Proyek reklamasi ini berawal dari penerbitan Surat Keputusan (SK) Gubernur Bali Made Mangku Pastika nomor 2138/02-C/HK/2012 tentang Izin dan Hak Pemanfaatan, Pengembangan, dan Pengelolaan Wilayah Perairan Teluk Benoa pada 26 Desember 2012. Penerbitan izin ini berasal dari rekomendasi kajian kelayakan Lembaga Penelitian Pengabdian Masyarakat Universitas Udayana (LPPM UNUD).

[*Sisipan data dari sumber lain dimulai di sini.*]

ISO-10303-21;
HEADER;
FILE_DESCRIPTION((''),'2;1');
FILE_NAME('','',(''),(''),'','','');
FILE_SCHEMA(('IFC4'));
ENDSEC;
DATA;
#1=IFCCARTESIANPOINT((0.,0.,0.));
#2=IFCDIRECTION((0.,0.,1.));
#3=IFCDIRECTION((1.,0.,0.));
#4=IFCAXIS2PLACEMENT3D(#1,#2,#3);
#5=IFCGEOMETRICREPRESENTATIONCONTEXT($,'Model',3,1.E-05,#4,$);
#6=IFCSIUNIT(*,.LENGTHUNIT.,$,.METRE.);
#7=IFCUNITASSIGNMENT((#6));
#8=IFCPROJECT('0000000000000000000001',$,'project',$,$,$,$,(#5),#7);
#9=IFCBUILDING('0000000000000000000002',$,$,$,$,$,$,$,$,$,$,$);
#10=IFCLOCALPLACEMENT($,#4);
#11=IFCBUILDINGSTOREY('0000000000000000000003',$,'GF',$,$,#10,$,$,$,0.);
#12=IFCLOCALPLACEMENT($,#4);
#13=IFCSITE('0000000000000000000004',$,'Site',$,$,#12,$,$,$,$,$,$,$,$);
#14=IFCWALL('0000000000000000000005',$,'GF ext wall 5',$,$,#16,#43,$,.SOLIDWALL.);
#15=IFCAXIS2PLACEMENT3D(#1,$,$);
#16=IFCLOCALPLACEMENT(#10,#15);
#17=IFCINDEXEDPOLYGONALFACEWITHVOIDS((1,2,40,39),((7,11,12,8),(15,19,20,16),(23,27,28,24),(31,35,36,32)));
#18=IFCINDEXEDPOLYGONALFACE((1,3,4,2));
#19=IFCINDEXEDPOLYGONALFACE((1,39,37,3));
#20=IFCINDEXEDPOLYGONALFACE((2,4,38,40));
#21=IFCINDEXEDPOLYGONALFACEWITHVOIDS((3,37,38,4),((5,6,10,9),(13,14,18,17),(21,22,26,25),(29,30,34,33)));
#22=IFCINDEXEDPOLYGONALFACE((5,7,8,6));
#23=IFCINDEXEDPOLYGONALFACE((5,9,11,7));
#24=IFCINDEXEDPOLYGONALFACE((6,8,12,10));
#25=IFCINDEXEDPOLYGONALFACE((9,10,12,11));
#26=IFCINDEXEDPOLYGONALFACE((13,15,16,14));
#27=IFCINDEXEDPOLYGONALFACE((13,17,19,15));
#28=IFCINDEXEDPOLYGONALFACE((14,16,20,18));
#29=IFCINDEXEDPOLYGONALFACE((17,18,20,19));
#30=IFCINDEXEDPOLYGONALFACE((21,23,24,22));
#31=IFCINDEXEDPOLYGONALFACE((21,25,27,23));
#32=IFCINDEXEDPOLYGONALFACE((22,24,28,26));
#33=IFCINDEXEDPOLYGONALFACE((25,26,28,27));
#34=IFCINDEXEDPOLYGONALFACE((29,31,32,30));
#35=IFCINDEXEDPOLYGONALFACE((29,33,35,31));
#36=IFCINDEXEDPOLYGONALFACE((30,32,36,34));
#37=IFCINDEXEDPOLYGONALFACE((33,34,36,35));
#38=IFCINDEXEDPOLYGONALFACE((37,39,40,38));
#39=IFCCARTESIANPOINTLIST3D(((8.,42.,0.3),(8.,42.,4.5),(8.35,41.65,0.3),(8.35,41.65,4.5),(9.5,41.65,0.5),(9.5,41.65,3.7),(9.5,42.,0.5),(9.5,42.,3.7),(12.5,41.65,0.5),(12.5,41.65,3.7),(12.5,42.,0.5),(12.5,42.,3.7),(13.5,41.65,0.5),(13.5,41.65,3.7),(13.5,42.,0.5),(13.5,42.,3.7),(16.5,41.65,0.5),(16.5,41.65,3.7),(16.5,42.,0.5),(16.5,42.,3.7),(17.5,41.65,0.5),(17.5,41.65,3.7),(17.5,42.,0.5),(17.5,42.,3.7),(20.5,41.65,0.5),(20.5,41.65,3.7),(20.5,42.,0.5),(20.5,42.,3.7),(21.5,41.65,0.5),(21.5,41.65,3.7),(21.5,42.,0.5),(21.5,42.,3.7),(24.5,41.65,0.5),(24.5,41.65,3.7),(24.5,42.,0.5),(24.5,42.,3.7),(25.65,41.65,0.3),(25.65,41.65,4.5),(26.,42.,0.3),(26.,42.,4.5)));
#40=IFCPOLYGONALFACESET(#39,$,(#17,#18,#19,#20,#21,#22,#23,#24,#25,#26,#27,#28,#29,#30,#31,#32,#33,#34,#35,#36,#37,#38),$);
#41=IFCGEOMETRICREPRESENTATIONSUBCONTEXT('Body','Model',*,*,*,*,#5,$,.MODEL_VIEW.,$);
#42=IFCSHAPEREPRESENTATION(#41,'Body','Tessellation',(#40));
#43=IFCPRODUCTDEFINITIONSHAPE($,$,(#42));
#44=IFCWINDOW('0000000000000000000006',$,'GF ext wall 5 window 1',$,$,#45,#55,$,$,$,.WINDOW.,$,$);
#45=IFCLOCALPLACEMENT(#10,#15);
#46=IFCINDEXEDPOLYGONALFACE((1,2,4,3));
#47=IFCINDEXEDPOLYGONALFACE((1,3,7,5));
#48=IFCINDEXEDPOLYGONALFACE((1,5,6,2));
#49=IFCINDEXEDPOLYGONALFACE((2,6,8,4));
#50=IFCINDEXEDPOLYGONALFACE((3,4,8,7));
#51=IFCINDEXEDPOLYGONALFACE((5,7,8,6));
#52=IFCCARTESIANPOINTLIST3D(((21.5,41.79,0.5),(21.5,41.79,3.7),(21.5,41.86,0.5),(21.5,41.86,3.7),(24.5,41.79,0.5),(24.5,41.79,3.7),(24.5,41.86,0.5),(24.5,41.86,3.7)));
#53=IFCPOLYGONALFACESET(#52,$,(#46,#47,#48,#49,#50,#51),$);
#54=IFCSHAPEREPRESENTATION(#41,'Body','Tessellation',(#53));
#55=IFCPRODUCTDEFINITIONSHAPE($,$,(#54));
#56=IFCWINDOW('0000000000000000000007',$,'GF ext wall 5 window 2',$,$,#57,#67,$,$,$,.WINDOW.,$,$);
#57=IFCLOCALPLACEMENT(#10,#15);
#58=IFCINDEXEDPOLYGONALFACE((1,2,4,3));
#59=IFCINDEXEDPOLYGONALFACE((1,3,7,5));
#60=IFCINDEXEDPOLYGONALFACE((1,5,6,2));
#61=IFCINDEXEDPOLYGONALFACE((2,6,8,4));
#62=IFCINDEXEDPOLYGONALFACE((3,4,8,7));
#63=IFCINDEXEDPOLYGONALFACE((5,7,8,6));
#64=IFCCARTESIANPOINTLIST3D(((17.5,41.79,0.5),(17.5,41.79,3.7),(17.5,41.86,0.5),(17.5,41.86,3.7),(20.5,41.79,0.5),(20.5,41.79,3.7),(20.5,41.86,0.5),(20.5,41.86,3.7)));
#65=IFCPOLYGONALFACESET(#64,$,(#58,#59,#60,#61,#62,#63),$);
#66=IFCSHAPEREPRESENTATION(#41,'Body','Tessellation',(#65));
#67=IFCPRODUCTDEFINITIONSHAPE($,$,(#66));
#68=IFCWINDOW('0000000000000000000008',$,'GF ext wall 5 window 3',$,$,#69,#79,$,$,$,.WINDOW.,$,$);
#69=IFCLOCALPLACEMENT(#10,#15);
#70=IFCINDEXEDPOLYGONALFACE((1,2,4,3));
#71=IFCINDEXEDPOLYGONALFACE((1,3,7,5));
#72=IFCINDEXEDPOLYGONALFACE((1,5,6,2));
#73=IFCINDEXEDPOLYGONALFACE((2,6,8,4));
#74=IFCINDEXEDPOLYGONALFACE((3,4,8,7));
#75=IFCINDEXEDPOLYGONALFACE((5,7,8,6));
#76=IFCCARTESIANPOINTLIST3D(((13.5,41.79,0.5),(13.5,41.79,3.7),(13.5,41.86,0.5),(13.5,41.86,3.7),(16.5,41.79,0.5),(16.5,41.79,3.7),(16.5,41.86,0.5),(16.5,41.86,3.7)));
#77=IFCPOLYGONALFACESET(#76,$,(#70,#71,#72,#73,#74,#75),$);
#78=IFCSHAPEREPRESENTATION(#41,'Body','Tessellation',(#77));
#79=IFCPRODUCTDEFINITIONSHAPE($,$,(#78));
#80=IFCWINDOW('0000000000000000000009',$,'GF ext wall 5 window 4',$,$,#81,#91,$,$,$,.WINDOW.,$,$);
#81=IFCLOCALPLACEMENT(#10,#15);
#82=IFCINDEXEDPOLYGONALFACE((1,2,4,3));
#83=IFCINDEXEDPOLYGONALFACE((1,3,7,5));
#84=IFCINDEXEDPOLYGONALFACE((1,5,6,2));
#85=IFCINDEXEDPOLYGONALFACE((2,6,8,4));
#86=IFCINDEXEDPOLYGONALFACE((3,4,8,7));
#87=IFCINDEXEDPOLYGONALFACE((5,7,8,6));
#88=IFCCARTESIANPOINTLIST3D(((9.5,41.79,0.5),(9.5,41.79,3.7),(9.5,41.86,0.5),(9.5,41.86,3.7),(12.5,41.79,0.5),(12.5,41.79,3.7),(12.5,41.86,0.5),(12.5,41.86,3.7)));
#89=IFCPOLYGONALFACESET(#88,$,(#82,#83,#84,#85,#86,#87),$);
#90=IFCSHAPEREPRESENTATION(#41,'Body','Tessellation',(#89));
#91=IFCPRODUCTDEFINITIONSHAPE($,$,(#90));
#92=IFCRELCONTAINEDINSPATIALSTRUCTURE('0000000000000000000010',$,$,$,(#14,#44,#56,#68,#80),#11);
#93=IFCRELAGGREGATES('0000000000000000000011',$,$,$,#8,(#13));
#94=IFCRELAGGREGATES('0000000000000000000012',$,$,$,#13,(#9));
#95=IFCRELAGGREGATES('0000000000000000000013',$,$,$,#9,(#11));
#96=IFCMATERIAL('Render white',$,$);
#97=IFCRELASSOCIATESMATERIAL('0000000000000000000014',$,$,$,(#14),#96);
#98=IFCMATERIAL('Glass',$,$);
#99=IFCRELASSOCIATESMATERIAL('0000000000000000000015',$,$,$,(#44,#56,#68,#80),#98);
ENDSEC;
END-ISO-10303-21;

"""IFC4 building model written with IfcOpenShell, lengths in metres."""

from ifc_helpers import new_model, si_unit, frame, origin_with_axes, place, context, subcontext, project, spatial, polyline, outline, extrude, material, element, fill, save


model = new_model("IFC4")

# Units and contexts
model_context = context("Model", 3, precision=1e-05, world=origin_with_axes())
body_context = subcontext(model_context, "Body", "Model", "MODEL_VIEW")
ifc_project = project(units=[si_unit("LENGTHUNIT", "METRE")], contexts=[model_context])

# Site, building, storey
site_placement = place(None, origin_with_axes())
site = spatial("IfcSite", under=ifc_project, at=site_placement, Name="Site")
building = spatial("IfcBuilding", under=site)
storey_placement = place(None, origin_with_axes())
storey = spatial("IfcBuildingStorey", under=building, at=storey_placement, Name="GF", Elevation=0.0)

# Wall, openings, windows
ifc_material_1 = material(Name="Render white")
wall_1_placement = place(storey_placement, origin_with_axes())
wall_1 = element("IfcWall", 1, at=wall_1_placement, inside=storey, material=ifc_material_1, Name="GF ext wall 5", PredefinedType="SOLIDWALL", context=body_context, shape_type="SweptSolid", body=[
    extrude(outline(polyline([(26.0, 42.0), (8.0, 42.0), (8.35, 41.65), (25.65, 41.65), (26.0, 42.0)])), frame((0.0, 0.0, 0.3), z_axis=(0.0, 0.0, 1.0), x_axis=(1.0, 0.0, 0.0)), (0.0, 0.0, 1.0), 4.2),
])
opening_1_placement = place(wall_1_placement, origin_with_axes())
opening_1 = element("IfcOpeningElement", 2, at=opening_1_placement, cuts=wall_1, context=body_context, shape_type="SweptSolid", body=[
    extrude(outline(polyline([(24.5, 42.05), (21.5, 42.05), (21.5, 41.6), (24.5, 41.6), (24.5, 42.05)])), frame((0.0, 0.0, 0.5), z_axis=(0.0, 0.0, 1.0), x_axis=(1.0, 0.0, 0.0)), (0.0, 0.0, 1.0), 3.2),
])
opening_2_placement = place(wall_1_placement, origin_with_axes())
opening_2 = element("IfcOpeningElement", 3, at=opening_2_placement, cuts=wall_1, context=body_context, shape_type="SweptSolid", body=[
    extrude(outline(polyline([(20.5, 42.05), (17.5, 42.05), (17.5, 41.6), (20.5, 41.6), (20.5, 42.05)])), frame((0.0, 0.0, 0.5), z_axis=(0.0, 0.0, 1.0), x_axis=(1.0, 0.0, 0.0)), (0.0, 0.0, 1.0), 3.2),
])
opening_3_placement = place(wall_1_placement, origin_with_axes())
opening_3 = element("IfcOpeningElement", 4, at=opening_3_placement, cuts=wall_1, context=body_context, shape_type="SweptSolid", body=[
    extrude(outline(polyline([(16.5, 42.05), (13.5, 42.05), (13.5, 41.6), (16.5, 41.6), (16.5, 42.05)])), frame((0.0, 0.0, 0.5), z_axis=(0.0, 0.0, 1.0), x_axis=(1.0, 0.0, 0.0)), (0.0, 0.0, 1.0), 3.2),
])
opening_4_placement = place(wall_1_placement, origin_with_axes())
opening_4 = element("IfcOpeningElement", 5, at=opening_4_placement, cuts=wall_1, context=body_context, shape_type="SweptSolid", body=[
    extrude(outline(polyline([(12.5, 42.05), (9.5, 42.05), (9.5, 41.6), (12.5, 41.6), (12.5, 42.05)])), frame((0.0, 0.0, 0.5), z_axis=(0.0, 0.0, 1.0), x_axis=(1.0, 0.0, 0.0)), (0.0, 0.0, 1.0), 3.2),
])
ifc_material_2 = material(Name="Glass")
window_1_placement = place(storey_placement, origin_with_axes())
window_1 = element("IfcWindow", 6, at=window_1_placement, inside=storey, material=ifc_material_2, Name="GF ext wall 5 window 1", PredefinedType="WINDOW", context=body_context, shape_type="SweptSolid", body=[
    extrude(outline(polyline([(24.5, 41.86), (21.5, 41.86), (21.5, 41.79), (24.5, 41.79), (24.5, 41.86)])), frame((0.0, 0.0, 0.5), z_axis=(0.0, 0.0, 1.0), x_axis=(1.0, 0.0, 0.0)), (0.0, 0.0, 1.0), 3.2),
])
fill(opening_1, window_1)
window_2_placement = place(storey_placement, origin_with_axes())
window_2 = element("IfcWindow", 7, at=window_2_placement, inside=storey, material=ifc_material_2, Name="GF ext wall 5 window 2", PredefinedType="WINDOW", context=body_context, shape_type="SweptSolid", body=[
    extrude(outline(polyline([(20.5, 41.86), (17.5, 41.86), (17.5, 41.79), (20.5, 41.79), (20.5, 41.86)])), frame((0.0, 0.0, 0.5), z_axis=(0.0, 0.0, 1.0), x_axis=(1.0, 0.0, 0.0)), (0.0, 0.0, 1.0), 3.2),
])
fill(opening_2, window_2)
window_3_placement = place(storey_placement, origin_with_axes())
window_3 = element("IfcWindow", 8, at=window_3_placement, inside=storey, material=ifc_material_2, Name="GF ext wall 5 window 3", PredefinedType="WINDOW", context=body_context, shape_type="SweptSolid", body=[
    extrude(outline(polyline([(16.5, 41.86), (13.5, 41.86), (13.5, 41.79), (16.5, 41.79), (16.5, 41.86)])), frame((0.0, 0.0, 0.5), z_axis=(0.0, 0.0, 1.0), x_axis=(1.0, 0.0, 0.0)), (0.0, 0.0, 1.0), 3.2),
])
fill(opening_3, window_3)
window_4_placement = place(storey_placement, origin_with_axes())
window_4 = element("IfcWindow", 9, at=window_4_placement, inside=storey, material=ifc_material_2, Name="GF ext wall 5 window 4", PredefinedType="WINDOW", context=body_context, shape_type="SweptSolid", body=[
    extrude(outline(polyline([(12.5, 41.86), (9.5, 41.86), (9.5, 41.79), (12.5, 41.79), (12.5, 41.86)])), frame((0.0, 0.0, 0.5), z_axis=(0.0, 0.0, 1.0), x_axis=(1.0, 0.0, 0.0)), (0.0, 0.0, 1.0), 3.2),
])
fill(opening_4, window_4)

save(model, "model.ifc")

Dikutip dari laman daring www.forbali.org izin reklamasi di Teluk Benoa seluas 838 hektare itu dianggap manipulatif karena penerbitannya diam-diam tanpa sepengetahuan masyarakat.
Kemudian Kementerian Kelautan dan Perikanan (KKP) mengesahkan Peraturan Menteri 17/Permen-KP/2013 yang mengizinkan reklamasi di zona konservasi non-inti pada 3 Juli 2013.
Namun dari sejumlah hasil studi kelayakan, proyek tersebut dianggap tidak layak. Bahkan Ombudsman juga menyatakan penerbitan SK reklamasi malaadministrasi.
Gubernur Pastika kemudian mencabut SK tersebut dan menerbitkan SK 1727/01-B/HK/2013 tentang izin studi kelayakan rencana pemanfaatan, pengembangan, dan pengelolaan wilayah perairan Teluk Benoa pada 16 Agustus 2013. Namun, penerbitan SK baru itu dianggap sekadar revisi dari SK pertama dan tetap mengizinkan PT TWBI melakukan kegiatan reklamasi di Teluk Benoa.
Pada 30 Mei 2014, Presiden RI saat itu Soesilo Bambang Yudhoyono menerbitkan Perpres 51/2014 yang mengizinkan reklamasi di wilayah konservasi Teluk Benoa.
Tak berapa lama, KKP menerbitkan izin lokasi reklamasi pada 25 Agustus 2014 sebagai perubahan izin lokasi sebelumnya. Izin ini kemudian menjadi landasan hukum penyusunan Amdal bagi PT TWBI.
Hingga akhirnya pada 27 Agustus kemarin, KLHK menyatakan Amdal proyek reklamasi masih perlu dilengkapi. Selain itu izin yang dipegang PT TWBI telah kedaluarsa sejak pukul 00.00 WIB tanggal 26 Agustus 2018. Artinya, PT TWBI tak memiliki izin untuk melanjutkan pembangunan proyek.